1. **Pass 1: Compute Gamma and Beta Gradients**
- **Grid Scheduling**: Parallelize over channels (`C` dimension).
- **Reduction per Channel**: For each channel `c`, reduce across `N`, `H`, `W` dimensions:
- `grad_beta[c] = sum(grad_output[n, c, h, w])` over all `n, h, w`
- `grad_gamma[c] = sum(grad_output[n, c, h, w] * x_normalized[n, c, h, w])` over all `n, h, w`
2. **Pass 2: Compute Group-wise Intermediate Values**
- **Grid Scheduling**: Parallelize over `(N, G)` pairs.
- **Group Reduction**: For each `(n, g)` pair:
- Sum `grad_beta` values for channels in group `g`
- Sum `grad_gamma` values for channels in group `g`
- These values are needed for the input gradient computation
3. **Pass 3: Compute Input Gradients**
- **Grid Scheduling**: Parallelize over input tensor elements.
- **Per-Element Computation**: For each `(n, c, h, w)`:
- Identify which group `g` channel `c` belongs to
- Read the group-wise intermediate values from Pass 2
- Apply the complex input gradient formula
## Source Code Organization
- [`groupnorm_bwd_xdl.cpp`](./groupnorm_bwd_xdl.cpp): The main example file. It sets up the forward pass results, output gradients, group configuration, and instantiates the `DeviceGroupnormBwd` operation.
- [`../../include/ck/tensor_operation/gpu/device/device_groupnorm_bwd.hpp`](../../include/ck/tensor_operation/gpu/device/device_groupnorm_bwd.hpp): The high-level device interface for group normalization backward operations.
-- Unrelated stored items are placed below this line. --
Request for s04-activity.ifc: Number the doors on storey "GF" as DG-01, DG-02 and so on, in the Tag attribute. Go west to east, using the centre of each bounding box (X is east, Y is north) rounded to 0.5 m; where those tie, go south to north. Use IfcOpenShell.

First a look at what the model holds.

```python
import ifcopenshell
import ifcopenshell.util.element
import ifcopenshell.util.placement

model = ifcopenshell.open("s04-activity.ifc")
print(model.schema)
storey = next(s for s in model.by_type("IfcBuildingStorey") if s.Name == "GF")
doors = [e for e in ifcopenshell.util.element.get_decomposition(storey) if e.is_a("IfcDoor")]
for e in sorted(doors, key=lambda e: e.id()):
    origin = ifcopenshell.util.placement.get_local_placement(e.ObjectPlacement)[:3, 3]
    print(e.id(), e.Tag, e.Name, origin.round(2) + 0.0, sep=" | ")
```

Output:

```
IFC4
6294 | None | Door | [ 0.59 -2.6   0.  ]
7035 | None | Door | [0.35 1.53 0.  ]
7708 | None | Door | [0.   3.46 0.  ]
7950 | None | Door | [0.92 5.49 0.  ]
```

```python
import ifcopenshell
import ifcopenshell.geom
import ifcopenshell.util.element
import ifcopenshell.util.shape

model = ifcopenshell.open("s04-activity.ifc")
settings = ifcopenshell.geom.settings()
settings.set("use-world-coords", True)


def centre(element):
    shape = ifcopenshell.geom.create_shape(settings, element)
    return ifcopenshell.util.shape.get_bbox_centroid(shape.geometry)


storey = next(s for s in model.by_type("IfcBuildingStorey") if s.Name == "GF")
doors = [e for e in ifcopenshell.util.element.get_decomposition(storey) if e.is_a("IfcDoor")]

# Insertion points can sit at a corner or the storey origin, so sort by the geometry (in metres).
centres = {e: centre(e) for e in doors}
doors.sort(key=lambda e: (round(centres[e][0] / 0.5), centres[e][1]))

for i, e in enumerate(doors, start=1):
    number = f"DG-{i:02d}"
    e.Tag = number
    print(e.id(), number)

model.write("s04-activity_v2.ifc")
```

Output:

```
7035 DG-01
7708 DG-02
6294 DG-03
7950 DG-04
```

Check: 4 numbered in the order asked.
- The underlying implementation coordinates multiple reduction and computation stages to efficiently handle the group-wise structure of the gradients.
## Build and Run
### Prerequisites
Ensure the Composable Kernel library is built and installed.
```bash
cd /path/to/composable_kernel/build
make -j install
```
### Build the Example
```bash
cd /path/to/composable_kernel/example/54_groupnorm_bwd
mkdir build && cd build
cmake \
-DCMAKE_CXX_COMPILER=/opt/rocm/bin/hipcc \
-DCMAKE_PREFIX_PATH="/opt/rocm;${CK_INSTALL_PATH}" \
..
make -j
```
### Run the Example
```bash
# Run the example with default settings
./groupnorm_bwd_xdl
# Run with verification, data initialization, and timing
./groupnorm_bwd_xdl 1 2 1
```
## Comparison with Other Normalization Backward Passes
| Normalization Type | Gradient Scope | Complexity | Memory Pattern |
|-------------------|----------------|------------|----------------|
| **BatchNorm** | Across batch for each channel | Medium | Channel-wise reductions |
| **LayerNorm** | Across features for each item | Medium | Per-sample reductions |
| **GroupNorm** | Across group for each (batch, group) | High | Group-wise reductions |
| **InstanceNorm** | Per channel per sample | Low | Independent computations |
## Applications in Computer Vision
Group normalization backward is particularly important for:
- **Small Batch Training**: When batch sizes are too small for effective batch normalization
- **Transfer Learning**: Fine-tuning pre-trained models with different batch sizes
- **Object Detection**: Models like YOLO and R-CNN that benefit from batch-size independent normalization
- **Segmentation Networks**: Dense prediction tasks where normalization stability is crucial
- **Style Transfer**: Applications where group-wise feature normalization helps preserve style information
The group-wise structure provides a balance between the stability of batch normalization and the flexibility of layer normalization, making it valuable for many computer vision applications.